- [Work order] Which lines of the entries contain the string "IFCRELAGGREGATES"? Copy each of them.

- [Collected data]
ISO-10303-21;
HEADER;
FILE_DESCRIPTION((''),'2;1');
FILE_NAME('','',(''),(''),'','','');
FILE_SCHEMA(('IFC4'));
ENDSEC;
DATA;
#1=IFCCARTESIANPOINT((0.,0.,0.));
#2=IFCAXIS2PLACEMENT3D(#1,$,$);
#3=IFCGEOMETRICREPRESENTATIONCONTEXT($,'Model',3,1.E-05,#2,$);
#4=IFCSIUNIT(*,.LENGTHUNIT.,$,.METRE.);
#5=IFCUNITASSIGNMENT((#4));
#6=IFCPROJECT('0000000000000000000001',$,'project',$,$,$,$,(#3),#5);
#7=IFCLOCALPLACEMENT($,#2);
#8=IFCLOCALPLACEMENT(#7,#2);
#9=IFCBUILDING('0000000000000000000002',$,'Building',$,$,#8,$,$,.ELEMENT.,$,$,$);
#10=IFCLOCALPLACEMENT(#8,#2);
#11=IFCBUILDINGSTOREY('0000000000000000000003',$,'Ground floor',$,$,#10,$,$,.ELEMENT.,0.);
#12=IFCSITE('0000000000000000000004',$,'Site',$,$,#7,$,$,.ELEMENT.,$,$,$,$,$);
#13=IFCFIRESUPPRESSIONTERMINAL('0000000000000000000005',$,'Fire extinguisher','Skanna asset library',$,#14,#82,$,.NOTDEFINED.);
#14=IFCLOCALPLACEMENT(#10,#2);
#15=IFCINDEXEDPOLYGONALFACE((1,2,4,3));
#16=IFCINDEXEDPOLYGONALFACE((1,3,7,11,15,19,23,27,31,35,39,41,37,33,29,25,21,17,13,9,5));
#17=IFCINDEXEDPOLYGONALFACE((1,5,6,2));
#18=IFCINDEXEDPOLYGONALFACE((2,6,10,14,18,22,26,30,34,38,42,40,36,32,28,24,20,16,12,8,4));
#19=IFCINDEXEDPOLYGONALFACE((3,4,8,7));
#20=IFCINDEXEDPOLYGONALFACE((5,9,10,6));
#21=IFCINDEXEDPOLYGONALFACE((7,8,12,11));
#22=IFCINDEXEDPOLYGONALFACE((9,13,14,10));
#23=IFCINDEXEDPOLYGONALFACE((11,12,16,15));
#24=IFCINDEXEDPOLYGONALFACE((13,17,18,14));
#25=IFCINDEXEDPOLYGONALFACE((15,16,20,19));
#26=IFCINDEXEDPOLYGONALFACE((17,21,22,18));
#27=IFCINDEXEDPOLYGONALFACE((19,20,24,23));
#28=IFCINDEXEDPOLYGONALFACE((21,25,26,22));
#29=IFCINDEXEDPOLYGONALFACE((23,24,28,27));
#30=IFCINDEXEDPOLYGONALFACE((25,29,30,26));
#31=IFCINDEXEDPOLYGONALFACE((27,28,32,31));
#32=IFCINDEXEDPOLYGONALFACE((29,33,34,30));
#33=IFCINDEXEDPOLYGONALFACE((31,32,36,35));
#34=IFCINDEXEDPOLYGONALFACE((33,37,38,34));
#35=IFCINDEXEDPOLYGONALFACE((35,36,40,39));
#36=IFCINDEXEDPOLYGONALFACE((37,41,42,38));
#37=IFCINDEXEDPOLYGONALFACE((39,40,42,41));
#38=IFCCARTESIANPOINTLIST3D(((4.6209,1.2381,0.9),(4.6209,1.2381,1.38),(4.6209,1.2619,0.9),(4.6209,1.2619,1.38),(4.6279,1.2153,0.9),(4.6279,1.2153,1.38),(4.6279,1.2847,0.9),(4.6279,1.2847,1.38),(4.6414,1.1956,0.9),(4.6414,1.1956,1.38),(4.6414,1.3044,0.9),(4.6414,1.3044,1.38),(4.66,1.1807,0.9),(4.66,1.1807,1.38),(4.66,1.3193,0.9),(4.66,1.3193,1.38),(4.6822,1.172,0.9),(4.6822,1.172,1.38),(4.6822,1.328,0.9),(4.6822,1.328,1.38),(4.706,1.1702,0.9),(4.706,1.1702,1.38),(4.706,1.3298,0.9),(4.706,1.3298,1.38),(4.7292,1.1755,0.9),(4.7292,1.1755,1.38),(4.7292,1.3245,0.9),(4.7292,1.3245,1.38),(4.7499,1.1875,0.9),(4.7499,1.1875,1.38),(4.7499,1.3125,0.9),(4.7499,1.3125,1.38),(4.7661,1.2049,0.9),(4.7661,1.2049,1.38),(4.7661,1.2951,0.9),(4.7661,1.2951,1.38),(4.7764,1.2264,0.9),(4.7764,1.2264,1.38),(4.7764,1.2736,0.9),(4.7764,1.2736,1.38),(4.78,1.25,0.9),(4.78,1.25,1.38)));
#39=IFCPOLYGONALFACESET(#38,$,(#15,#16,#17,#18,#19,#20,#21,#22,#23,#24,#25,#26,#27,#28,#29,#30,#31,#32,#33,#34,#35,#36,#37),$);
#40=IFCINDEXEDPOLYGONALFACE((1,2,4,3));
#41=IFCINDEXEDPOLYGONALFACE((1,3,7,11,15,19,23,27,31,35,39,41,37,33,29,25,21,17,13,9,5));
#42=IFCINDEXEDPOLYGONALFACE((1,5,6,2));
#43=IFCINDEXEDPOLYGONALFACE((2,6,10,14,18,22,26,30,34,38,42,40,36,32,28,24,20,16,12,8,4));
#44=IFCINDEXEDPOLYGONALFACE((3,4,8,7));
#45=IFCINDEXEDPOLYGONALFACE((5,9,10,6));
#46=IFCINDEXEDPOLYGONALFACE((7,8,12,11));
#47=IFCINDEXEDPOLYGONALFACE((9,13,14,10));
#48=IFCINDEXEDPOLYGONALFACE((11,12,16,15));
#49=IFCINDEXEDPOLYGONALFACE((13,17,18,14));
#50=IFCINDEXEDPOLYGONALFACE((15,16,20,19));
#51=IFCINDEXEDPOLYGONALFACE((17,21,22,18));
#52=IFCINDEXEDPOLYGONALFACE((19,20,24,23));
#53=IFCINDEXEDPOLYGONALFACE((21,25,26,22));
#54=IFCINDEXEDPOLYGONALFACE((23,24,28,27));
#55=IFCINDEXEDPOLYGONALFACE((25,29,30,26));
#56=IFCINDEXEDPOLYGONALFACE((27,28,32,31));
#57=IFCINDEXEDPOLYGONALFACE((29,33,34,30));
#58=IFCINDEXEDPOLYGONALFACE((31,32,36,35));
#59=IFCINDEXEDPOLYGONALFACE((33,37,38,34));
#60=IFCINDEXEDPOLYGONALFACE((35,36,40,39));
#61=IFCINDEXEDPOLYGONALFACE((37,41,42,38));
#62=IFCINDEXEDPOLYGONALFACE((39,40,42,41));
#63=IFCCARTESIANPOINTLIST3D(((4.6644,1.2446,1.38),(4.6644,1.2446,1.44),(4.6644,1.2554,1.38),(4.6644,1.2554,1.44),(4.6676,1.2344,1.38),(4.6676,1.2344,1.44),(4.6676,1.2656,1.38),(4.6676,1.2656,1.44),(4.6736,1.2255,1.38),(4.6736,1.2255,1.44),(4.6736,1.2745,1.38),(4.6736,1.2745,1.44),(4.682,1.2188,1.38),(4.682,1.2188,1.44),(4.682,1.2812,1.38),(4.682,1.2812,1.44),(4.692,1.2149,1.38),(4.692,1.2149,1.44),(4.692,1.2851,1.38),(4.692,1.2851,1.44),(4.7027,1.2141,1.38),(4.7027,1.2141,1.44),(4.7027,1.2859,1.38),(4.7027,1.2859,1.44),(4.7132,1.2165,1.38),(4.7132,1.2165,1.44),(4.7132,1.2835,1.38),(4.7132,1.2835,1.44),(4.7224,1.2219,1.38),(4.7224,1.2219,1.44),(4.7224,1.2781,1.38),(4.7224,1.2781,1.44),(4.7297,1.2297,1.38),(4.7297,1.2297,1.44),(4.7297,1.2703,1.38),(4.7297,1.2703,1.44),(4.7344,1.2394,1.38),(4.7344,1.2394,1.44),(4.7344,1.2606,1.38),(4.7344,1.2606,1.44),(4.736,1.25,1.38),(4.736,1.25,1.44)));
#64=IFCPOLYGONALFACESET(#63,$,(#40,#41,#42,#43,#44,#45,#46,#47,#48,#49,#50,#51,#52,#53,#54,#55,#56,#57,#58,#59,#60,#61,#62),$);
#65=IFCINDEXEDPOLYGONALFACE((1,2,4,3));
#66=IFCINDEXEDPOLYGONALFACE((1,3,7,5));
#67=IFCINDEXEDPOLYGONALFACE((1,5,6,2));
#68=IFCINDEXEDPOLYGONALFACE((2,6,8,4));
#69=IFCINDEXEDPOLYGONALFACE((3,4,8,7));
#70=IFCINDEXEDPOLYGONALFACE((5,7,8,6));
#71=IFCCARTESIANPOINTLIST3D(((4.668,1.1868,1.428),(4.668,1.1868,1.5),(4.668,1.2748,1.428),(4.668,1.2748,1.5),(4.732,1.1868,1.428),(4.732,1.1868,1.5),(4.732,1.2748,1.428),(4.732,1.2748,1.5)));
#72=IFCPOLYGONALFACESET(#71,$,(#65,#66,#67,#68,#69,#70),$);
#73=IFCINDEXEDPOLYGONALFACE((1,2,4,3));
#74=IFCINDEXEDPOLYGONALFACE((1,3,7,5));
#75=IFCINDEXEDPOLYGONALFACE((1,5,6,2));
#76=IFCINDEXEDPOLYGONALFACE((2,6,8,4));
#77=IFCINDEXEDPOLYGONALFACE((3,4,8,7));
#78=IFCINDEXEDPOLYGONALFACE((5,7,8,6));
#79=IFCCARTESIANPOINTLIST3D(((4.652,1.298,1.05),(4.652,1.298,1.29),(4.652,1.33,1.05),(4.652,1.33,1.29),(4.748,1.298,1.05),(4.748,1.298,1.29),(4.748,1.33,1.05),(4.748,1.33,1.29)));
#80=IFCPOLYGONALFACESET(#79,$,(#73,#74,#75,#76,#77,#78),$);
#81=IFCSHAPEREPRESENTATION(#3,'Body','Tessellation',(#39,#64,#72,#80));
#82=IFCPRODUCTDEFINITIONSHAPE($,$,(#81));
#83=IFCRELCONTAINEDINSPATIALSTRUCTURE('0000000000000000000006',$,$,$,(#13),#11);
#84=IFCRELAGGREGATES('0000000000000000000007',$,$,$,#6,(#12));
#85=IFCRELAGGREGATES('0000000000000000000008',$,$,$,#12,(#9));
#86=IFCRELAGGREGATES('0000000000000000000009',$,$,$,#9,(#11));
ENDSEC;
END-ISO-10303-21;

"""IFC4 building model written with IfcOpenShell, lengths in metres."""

from ifc_helpers import new_model, si_unit, frame, frame_2d, origin, origin_2d, place, context, project, spatial, rectangle, circle, extrude, element, save


model = new_model("IFC4")

# Units and contexts
model_context = context("Model", 3, precision=1e-05, world=origin())
ifc_project = project(units=[si_unit("LENGTHUNIT", "METRE")], contexts=[model_context])

# Site, building, storey
site_placement = place(None, origin())
site = spatial("IfcSite", under=ifc_project, at=site_placement, Name="Site", CompositionType="ELEMENT")
building_placement = place(site_placement, origin())
building = spatial("IfcBuilding", under=site, at=building_placement, Name="Building", CompositionType="ELEMENT")
storey_placement = place(building_placement, origin())
storey = spatial("IfcBuildingStorey", under=building, at=storey_placement, Name="Ground floor", CompositionType="ELEMENT", Elevation=0.0)

# Fire suppression terminal
fire_suppression_terminal_placement = place(storey_placement, frame((4.7, 1.25, 0.9), z_axis=(0.0, 0.0, 1.0), x_axis=(1.0, 0.0, 0.0)))
element("IfcFireSuppressionTerminal", 1, at=fire_suppression_terminal_placement, inside=storey, Name="Fire extinguisher", Description="Skanna asset library", PredefinedType="NOTDEFINED", context=model_context, shape_type="SweptSolid", body=[
    extrude(circle(Radius=0.08, at=origin_2d()), origin(), (0.0, 0.0, 1.0), 0.48),
    extrude(circle(Radius=0.036, at=origin_2d()), frame((0.0, 0.0, 0.48)), (0.0, 0.0, 1.0), 0.06),
    extrude(rectangle(XDim=0.064, YDim=0.088, at=frame_2d((0.0, -0.0192))), frame((0.0, 0.0, 0.528)), (0.0, 0.0, 1.0), 0.072),
    extrude(rectangle(XDim=0.096, YDim=0.032, at=frame_2d((0.0, 0.064))), frame((0.0, 0.0, 0.15)), (0.0, 0.0, 1.0), 0.24),
])

save(model, "model.ifc")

- [Task response]
#84=IFCRELAGGREGATES('0000000000000000000007',$,$,$,#6,(#12));
#85=IFCRELAGGREGATES('0000000000000000000008',$,$,$,#12,(#9));
#86=IFCRELAGGREGATES('0000000000000000000009',$,$,$,#9,(#11));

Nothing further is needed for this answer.